The assumption has always been that the Fed wants to keep the system afloat. I submit that things have changed. I submit that the Fed no longer wishes to prop up our fiscal structure, or at least, no longer wishes to be seen as propping it up. I submit that the Fed is not pursuing dollar destruction through standard hyperinflation, but rather, they are preparing the U.S. for default, which also will result in currency implosion.

The Taper Parallels

“It must not be felt that the heads of the world’s chief central banks were themselves substantive powers in world finance. They were not. Rather they were the technicians and agents of the dominant investment bankers of their own countries, who had raised them up, and who were perfectly capable of throwing them down. The substantive financial powers of the world were in the hands of these investment bankers who remained largely behind the scenes in their own unincorporated private banks. These formed a system of international cooperation and national dominance which was more private, more powerful, and more secret than that of their agents in the central banks. “ – Carroll Quigley, Tragedy And Hope

Initial shock over the taper scenario has not sunk into the markets yet (as Zero Hedge points out, the last time a major central bank cut stimulus measures to a dependent country, stocks rallied, then crashed within months). Few people see much difference between $75 billion per month and $85 billion per month, but the size of the cuts is not really the issue. Rather, it is the Fed’s act of fading into the background that should concern us.

The taper announcement parallels perfectly with the accelerating debate over the U.S. debt ceiling, and I do not think this is at all a coincidence. Tapering seems inconceivable to many, but for the Fed it makes perfect sense if the goal of the globalists is to generate a default scenario while diverting blame. I believe that Americans are being prepared psychologically for just such an event. Already, the White House is warning that government funding will essentially disappear by the end of February:

http://www.reuters.com/article/2013/12/19/us-usa-fiscal-idUSBRE9BF1FW20131219

The expectation fostered by the mainstream media is that a debt fight similar to the October theater will not happen again. I agree. I believe the next debate will be much worse. The vast majority will assume that the “can” will be kicked down the road again, and they may be right, but given the Fed’s behavior, and given that they have begun to taper despite what appears logical, many people may be in for a shock when our government also suddenly decides one day soon to buck assumptions and default rather than prolong the pain.

The full spectrum failure of Obamacare only adds excuse and incentive. There is no longer a legislative centerpiece rationale for further spending. Obama’s approval rating is at historic lows for any president. The stage has been set for the most epic of fake political battles.

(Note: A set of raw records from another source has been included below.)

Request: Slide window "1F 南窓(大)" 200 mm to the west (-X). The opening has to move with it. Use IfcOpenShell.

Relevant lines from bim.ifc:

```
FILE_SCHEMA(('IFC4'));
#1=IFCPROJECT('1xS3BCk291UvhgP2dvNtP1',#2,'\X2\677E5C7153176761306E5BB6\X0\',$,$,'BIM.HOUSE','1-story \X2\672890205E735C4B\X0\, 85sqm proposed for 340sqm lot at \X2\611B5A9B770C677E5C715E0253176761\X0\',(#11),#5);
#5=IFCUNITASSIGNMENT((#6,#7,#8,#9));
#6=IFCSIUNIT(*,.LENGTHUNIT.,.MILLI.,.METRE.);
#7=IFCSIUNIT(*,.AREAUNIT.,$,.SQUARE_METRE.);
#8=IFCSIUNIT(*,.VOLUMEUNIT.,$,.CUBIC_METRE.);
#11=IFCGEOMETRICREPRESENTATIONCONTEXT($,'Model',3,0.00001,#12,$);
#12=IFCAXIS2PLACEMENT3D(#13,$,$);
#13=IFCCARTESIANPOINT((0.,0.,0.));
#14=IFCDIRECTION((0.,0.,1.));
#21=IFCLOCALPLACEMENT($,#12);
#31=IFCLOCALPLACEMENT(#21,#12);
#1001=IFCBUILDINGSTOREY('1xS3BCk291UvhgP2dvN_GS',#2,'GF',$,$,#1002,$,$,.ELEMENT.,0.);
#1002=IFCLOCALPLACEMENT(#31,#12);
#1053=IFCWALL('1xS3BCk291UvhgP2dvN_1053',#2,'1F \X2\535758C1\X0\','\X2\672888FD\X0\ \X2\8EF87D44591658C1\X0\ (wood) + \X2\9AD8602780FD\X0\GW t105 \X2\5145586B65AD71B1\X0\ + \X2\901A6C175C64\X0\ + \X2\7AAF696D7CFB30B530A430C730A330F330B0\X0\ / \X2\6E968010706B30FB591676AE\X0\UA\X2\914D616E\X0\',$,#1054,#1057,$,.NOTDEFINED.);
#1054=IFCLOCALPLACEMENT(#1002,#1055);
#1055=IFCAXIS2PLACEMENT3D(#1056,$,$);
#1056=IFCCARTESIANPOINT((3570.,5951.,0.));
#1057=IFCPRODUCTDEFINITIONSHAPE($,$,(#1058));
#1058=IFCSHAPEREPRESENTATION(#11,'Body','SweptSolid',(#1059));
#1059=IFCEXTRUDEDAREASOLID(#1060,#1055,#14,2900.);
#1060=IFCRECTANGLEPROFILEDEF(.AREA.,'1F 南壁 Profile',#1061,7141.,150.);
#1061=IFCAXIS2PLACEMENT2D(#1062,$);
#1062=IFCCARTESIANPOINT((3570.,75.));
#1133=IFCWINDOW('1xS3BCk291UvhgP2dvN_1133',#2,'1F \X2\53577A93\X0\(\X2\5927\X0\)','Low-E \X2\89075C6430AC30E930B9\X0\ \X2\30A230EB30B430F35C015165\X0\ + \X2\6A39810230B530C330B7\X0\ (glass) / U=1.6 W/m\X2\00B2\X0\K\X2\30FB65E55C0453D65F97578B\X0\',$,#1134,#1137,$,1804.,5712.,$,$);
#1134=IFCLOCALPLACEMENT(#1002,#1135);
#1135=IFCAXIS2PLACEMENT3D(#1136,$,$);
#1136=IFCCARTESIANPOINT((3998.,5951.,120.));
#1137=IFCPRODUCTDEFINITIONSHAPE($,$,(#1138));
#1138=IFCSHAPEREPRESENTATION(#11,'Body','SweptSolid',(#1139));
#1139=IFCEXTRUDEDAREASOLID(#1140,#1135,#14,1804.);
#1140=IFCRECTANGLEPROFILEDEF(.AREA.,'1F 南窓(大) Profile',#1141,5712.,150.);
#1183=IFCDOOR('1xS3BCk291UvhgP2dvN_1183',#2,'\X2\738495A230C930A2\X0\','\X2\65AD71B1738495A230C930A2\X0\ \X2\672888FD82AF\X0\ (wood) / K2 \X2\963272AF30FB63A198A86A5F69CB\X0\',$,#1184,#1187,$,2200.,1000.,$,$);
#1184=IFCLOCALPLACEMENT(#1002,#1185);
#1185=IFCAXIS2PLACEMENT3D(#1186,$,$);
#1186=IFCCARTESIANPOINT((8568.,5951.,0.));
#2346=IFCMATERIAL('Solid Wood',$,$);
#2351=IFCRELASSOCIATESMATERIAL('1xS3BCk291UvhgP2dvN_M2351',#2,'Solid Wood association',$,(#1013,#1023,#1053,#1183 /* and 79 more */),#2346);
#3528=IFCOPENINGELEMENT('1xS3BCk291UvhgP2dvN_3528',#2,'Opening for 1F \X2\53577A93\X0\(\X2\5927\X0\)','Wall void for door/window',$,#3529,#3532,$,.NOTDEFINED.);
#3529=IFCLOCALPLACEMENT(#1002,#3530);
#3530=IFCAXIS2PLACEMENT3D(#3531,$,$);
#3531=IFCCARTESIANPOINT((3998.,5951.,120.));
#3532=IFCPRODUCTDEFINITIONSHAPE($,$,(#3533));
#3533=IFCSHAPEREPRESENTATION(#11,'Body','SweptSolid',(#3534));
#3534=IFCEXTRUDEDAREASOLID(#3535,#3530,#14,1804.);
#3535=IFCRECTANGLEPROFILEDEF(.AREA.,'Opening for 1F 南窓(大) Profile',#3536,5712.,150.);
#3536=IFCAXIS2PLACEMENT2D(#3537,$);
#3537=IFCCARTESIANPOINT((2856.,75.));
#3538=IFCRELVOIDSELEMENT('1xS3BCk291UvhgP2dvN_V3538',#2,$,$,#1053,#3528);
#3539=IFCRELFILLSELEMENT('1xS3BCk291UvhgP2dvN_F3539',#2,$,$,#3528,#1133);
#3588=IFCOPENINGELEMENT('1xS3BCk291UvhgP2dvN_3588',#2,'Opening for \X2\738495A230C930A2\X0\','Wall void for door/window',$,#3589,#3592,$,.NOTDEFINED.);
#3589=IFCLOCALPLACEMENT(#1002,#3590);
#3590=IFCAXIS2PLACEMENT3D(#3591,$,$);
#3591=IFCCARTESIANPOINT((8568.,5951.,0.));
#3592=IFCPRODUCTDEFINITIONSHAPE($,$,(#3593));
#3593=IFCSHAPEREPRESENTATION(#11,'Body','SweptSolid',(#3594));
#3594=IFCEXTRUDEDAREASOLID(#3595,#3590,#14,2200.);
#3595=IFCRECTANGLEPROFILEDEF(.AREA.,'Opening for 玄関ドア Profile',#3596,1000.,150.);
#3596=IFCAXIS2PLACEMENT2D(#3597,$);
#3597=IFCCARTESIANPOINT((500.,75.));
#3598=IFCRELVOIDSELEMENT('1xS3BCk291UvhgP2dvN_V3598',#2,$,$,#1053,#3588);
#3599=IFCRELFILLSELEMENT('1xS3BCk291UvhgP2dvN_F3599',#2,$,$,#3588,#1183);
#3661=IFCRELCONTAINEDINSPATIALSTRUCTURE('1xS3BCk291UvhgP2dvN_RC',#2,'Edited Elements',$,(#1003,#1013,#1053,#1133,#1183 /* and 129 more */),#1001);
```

```python
import ifcopenshell
import ifcopenshell.api.geometry
import ifcopenshell.util.placement
import ifcopenshell.util.unit

model = ifcopenshell.open("bim.ifc")
unit_scale = ifcopenshell.util.unit.calculate_unit_scale(model)

window = model.by_id(1133)
opening = window.FillsVoids[0].RelatingOpeningElement
wall = opening.VoidsElements[0].RelatingBuildingElement

wall_matrix = ifcopenshell.util.placement.get_local_placement(wall.ObjectPlacement)
shift = wall_matrix[:3, 0] * -0.2 / unit_scale
before = ifcopenshell.util.placement.get_local_placement(window.ObjectPlacement)[:3, 3].copy()

# The window is not placed relative to its opening, so move both.
for product in (opening, window):
    matrix = ifcopenshell.util.placement.get_local_placement(product.ObjectPlacement)
    matrix[:3, 3] += shift
    ifcopenshell.api.geometry.edit_object_placement(model, product=product, matrix=matrix, is_si=False)

after = ifcopenshell.util.placement.get_local_placement(window.ObjectPlacement)[:3, 3]
print("window moved by", (after - before).round(3) + 0.0)

model.write("bim_rev.ifc")
```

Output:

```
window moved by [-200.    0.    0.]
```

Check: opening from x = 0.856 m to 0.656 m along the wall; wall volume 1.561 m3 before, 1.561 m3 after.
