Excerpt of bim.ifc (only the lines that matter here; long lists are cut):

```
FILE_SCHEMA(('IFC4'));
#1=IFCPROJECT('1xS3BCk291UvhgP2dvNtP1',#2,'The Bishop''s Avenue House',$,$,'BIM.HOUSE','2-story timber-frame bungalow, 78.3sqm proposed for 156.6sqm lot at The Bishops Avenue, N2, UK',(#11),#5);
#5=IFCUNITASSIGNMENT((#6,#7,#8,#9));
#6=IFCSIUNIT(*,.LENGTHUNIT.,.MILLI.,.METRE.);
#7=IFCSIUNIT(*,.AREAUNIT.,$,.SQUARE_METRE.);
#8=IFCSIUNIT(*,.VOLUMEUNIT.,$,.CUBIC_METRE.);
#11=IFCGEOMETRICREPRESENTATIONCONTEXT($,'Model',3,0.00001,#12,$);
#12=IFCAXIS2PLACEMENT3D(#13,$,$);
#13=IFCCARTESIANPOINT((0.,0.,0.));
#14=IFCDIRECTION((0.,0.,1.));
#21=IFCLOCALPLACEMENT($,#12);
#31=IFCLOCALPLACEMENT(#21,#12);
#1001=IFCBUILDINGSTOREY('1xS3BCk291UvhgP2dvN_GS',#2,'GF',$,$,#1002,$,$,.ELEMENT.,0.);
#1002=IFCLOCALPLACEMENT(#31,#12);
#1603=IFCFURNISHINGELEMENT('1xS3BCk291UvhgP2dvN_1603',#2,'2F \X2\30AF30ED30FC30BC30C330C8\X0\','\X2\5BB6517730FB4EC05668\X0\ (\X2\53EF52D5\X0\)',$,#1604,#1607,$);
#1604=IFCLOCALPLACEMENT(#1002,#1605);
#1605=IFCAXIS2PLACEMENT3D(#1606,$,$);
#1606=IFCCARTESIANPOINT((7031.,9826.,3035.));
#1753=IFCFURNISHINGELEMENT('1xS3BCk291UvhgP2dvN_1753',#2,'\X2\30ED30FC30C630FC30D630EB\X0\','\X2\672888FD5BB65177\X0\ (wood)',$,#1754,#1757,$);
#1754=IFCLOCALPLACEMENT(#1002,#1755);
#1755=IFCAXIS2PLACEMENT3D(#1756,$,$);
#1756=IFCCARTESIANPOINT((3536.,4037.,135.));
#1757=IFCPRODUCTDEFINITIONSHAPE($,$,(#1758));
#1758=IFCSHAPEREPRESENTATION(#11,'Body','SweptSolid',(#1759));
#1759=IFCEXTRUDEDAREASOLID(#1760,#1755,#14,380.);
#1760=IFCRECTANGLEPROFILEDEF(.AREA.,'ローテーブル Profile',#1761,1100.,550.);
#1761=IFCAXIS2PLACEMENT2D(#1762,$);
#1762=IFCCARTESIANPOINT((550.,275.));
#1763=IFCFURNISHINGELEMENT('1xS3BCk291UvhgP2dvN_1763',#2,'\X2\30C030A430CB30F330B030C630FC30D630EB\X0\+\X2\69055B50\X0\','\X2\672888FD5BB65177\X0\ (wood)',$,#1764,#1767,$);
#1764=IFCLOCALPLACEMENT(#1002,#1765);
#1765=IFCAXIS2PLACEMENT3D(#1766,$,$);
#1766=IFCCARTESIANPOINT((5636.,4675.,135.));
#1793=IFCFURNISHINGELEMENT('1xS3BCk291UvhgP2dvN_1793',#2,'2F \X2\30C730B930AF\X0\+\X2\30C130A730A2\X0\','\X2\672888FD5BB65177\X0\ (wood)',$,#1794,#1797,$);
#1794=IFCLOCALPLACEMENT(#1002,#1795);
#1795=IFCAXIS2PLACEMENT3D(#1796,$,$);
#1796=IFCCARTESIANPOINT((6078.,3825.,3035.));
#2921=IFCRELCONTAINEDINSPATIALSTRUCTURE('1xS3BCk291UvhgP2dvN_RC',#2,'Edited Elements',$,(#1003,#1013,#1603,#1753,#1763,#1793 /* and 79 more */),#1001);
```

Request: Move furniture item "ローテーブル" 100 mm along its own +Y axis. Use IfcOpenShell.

```python
import ifcopenshell
import ifcopenshell.api.geometry
import ifcopenshell.util.placement
import ifcopenshell.util.unit

model = ifcopenshell.open("bim.ifc")
unit_scale = ifcopenshell.util.unit.calculate_unit_scale(model)

item = model.by_guid("1xS3BCk291UvhgP2dvN_1753")
matrix = ifcopenshell.util.placement.get_local_placement(item.ObjectPlacement)
matrix[:3, 3] += matrix[:3, 1] * 0.1 / unit_scale
ifcopenshell.api.geometry.edit_object_placement(model, product=item, matrix=matrix, is_si=False)

print(ifcopenshell.util.placement.get_local_placement(item.ObjectPlacement).round(3) + 0.0)

model.write("bim_updated.ifc")
```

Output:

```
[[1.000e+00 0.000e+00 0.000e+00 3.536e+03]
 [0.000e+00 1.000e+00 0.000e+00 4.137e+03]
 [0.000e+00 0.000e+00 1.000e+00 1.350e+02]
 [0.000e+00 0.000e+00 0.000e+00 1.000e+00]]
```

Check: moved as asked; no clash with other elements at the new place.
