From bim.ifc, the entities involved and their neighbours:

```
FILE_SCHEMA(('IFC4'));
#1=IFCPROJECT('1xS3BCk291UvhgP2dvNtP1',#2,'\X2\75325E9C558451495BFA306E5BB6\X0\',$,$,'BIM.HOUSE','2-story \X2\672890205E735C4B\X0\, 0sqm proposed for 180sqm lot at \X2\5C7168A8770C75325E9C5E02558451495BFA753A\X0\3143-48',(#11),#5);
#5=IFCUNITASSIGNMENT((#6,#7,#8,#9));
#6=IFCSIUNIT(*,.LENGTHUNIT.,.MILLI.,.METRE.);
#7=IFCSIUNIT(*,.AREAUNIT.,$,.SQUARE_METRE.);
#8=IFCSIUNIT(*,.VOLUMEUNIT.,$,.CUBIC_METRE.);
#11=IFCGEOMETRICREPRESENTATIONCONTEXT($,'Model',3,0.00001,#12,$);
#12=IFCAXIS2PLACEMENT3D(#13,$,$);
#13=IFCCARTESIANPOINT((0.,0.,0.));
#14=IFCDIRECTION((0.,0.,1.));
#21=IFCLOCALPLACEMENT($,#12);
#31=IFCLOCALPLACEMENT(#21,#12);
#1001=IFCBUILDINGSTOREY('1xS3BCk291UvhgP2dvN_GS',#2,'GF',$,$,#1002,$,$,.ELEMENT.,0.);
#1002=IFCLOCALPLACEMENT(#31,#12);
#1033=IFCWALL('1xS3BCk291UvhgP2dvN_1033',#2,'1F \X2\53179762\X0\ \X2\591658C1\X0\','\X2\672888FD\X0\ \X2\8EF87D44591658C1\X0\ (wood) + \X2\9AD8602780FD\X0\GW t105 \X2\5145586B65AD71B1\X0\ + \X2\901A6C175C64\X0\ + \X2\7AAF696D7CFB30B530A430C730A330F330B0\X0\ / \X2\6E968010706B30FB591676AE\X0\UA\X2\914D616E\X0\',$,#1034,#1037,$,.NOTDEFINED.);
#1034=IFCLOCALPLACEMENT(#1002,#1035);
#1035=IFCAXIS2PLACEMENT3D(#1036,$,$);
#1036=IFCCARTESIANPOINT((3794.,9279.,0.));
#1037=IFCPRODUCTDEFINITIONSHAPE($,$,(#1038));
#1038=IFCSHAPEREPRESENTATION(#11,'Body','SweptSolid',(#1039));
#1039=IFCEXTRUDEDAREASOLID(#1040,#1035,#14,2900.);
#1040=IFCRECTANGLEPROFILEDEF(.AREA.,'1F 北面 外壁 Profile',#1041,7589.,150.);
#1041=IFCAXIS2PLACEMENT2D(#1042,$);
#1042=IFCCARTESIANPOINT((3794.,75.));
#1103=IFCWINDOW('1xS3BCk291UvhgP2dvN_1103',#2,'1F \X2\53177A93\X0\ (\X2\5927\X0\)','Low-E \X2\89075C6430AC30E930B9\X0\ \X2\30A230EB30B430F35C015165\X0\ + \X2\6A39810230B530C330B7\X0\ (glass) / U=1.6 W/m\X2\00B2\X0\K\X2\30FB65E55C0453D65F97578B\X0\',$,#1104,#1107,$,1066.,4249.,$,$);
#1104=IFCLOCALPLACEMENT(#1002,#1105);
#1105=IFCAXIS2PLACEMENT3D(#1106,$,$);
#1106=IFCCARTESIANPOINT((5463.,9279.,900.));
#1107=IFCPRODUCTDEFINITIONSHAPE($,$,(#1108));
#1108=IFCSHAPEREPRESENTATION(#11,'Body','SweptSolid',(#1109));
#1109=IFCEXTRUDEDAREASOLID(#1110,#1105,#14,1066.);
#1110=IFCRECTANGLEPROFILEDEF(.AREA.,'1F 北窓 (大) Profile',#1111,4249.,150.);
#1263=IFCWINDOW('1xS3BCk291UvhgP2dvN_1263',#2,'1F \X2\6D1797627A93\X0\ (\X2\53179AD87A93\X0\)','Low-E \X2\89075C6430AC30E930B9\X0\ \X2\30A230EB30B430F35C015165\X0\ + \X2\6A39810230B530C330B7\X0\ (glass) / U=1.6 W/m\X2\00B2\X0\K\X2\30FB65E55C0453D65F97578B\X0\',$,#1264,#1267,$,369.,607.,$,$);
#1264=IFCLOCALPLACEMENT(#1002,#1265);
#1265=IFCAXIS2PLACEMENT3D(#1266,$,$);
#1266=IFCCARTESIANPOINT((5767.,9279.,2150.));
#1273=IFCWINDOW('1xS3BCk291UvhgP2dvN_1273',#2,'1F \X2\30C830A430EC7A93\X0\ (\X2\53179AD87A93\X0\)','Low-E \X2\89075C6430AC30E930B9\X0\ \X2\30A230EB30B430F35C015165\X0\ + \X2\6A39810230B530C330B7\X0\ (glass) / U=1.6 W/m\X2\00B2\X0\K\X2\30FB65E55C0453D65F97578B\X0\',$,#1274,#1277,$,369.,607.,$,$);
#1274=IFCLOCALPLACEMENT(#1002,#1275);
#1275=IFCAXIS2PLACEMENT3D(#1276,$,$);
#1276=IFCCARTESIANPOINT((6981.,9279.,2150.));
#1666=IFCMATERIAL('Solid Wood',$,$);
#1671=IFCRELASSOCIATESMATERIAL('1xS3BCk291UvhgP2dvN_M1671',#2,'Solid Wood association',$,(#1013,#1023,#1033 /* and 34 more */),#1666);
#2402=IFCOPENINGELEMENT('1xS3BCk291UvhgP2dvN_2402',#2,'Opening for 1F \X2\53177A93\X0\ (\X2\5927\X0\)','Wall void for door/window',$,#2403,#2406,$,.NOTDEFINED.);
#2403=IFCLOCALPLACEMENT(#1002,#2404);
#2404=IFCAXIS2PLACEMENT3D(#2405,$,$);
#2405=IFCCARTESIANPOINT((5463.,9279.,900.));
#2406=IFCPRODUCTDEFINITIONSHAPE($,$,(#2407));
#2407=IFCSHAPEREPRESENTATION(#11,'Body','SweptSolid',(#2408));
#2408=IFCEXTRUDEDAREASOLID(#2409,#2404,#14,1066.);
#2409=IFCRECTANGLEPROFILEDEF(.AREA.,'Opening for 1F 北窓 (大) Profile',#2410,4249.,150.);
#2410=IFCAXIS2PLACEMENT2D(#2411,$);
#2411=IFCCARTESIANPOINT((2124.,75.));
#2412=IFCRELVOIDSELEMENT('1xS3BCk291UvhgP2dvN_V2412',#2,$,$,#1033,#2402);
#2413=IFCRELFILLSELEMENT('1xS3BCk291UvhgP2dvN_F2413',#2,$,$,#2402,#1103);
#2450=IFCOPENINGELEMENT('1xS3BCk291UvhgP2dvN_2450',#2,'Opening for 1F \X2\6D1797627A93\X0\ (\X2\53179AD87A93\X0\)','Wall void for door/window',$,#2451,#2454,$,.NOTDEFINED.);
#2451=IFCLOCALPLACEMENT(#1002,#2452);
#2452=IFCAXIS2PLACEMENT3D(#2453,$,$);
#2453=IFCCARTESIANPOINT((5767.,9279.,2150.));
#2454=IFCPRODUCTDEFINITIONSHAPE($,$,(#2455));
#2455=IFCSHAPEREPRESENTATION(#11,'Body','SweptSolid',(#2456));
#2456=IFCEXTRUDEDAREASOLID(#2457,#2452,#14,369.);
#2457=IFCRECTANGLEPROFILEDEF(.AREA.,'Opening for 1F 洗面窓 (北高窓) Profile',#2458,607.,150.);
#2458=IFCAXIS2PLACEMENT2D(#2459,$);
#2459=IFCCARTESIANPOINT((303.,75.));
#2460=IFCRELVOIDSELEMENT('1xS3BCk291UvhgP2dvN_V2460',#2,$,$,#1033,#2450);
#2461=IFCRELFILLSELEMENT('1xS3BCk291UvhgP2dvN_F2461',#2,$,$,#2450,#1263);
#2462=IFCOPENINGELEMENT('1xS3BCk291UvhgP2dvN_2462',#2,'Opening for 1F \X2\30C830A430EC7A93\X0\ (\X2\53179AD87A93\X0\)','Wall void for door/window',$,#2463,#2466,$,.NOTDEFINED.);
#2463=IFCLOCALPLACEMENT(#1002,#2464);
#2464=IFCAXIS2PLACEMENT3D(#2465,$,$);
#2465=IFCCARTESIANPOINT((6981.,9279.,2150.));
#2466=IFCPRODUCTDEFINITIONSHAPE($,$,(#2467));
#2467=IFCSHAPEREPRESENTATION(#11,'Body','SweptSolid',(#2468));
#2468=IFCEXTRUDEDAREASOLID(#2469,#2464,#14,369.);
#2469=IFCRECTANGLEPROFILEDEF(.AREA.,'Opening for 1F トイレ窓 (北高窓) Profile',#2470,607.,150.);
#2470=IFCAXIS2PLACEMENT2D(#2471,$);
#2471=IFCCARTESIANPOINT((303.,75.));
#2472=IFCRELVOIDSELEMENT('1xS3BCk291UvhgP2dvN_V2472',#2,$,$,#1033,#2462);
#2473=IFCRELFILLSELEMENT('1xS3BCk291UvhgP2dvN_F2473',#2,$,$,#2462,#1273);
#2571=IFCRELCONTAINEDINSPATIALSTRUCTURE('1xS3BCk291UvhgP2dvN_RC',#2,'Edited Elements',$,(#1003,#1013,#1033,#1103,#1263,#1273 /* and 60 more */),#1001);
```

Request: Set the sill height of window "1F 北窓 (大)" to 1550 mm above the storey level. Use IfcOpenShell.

```python
import numpy as np
import ifcopenshell
import ifcopenshell.api.geometry
import ifcopenshell.geom
import ifcopenshell.util.element
import ifcopenshell.util.placement
import ifcopenshell.util.shape
import ifcopenshell.util.unit

model = ifcopenshell.open("bim.ifc")
unit_scale = ifcopenshell.util.unit.calculate_unit_scale(model)

window = model.by_guid("1xS3BCk291UvhgP2dvN_1103")
opening = window.FillsVoids[0].RelatingOpeningElement
storey = ifcopenshell.util.element.get_container(window, ifc_class="IfcBuildingStorey")
level = ifcopenshell.util.placement.get_local_placement(storey.ObjectPlacement)[2, 3]

# The opening's origin need not be at the sill, so measure its lowest point.
shape = ifcopenshell.geom.create_shape(ifcopenshell.geom.settings(), opening)
bottom = ifcopenshell.util.shape.get_shape_bottom_elevation(shape, shape.geometry) / unit_scale
dz = level + 1.55 / unit_scale - bottom

shift = np.array([0.0, 0.0, dz])
# The window is not placed relative to its opening, so move both.
for product in (opening, window):
    matrix = ifcopenshell.util.placement.get_local_placement(product.ObjectPlacement)
    matrix[:3, 3] += shift
    ifcopenshell.api.geometry.edit_object_placement(model, product=product, matrix=matrix, is_si=False)

print(f"moved by {dz * unit_scale:+.3f} m")

model.write("bim_updated.ifc")
```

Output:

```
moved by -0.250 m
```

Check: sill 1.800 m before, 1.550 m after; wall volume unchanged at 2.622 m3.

The Left and Right leadership, at the top of the pyramid, are nothing more than flunkies for the global elite. If globalists have decided that it is time to apply the final death blows to the dollar, default would be the quickest and most efficient way, and political puppetry can easily make it happen. The calamity would be blamed on “partisan bickering” and “government gridlock”, or even the inefficiency of “democracy”. The Fed, with its taper in place and its fake recovery established, would be presented as the only “sane” institution at America’s disposal.

Perhaps at this point even more pervasive QE programs would recommence, perhaps not. At bottom, though, the taper is not a peripheral issue. It is an action at the center of a much more elaborate process, an action that seems to have been undertaken in preparation for a larger event. The next year is shaping up to be the most chaotic since the debt crisis began in 2008, and as the situation progresses, the subtleties of the Federal Reserve and the international banks that back it must not go unnoticed, or in the end, unpunished.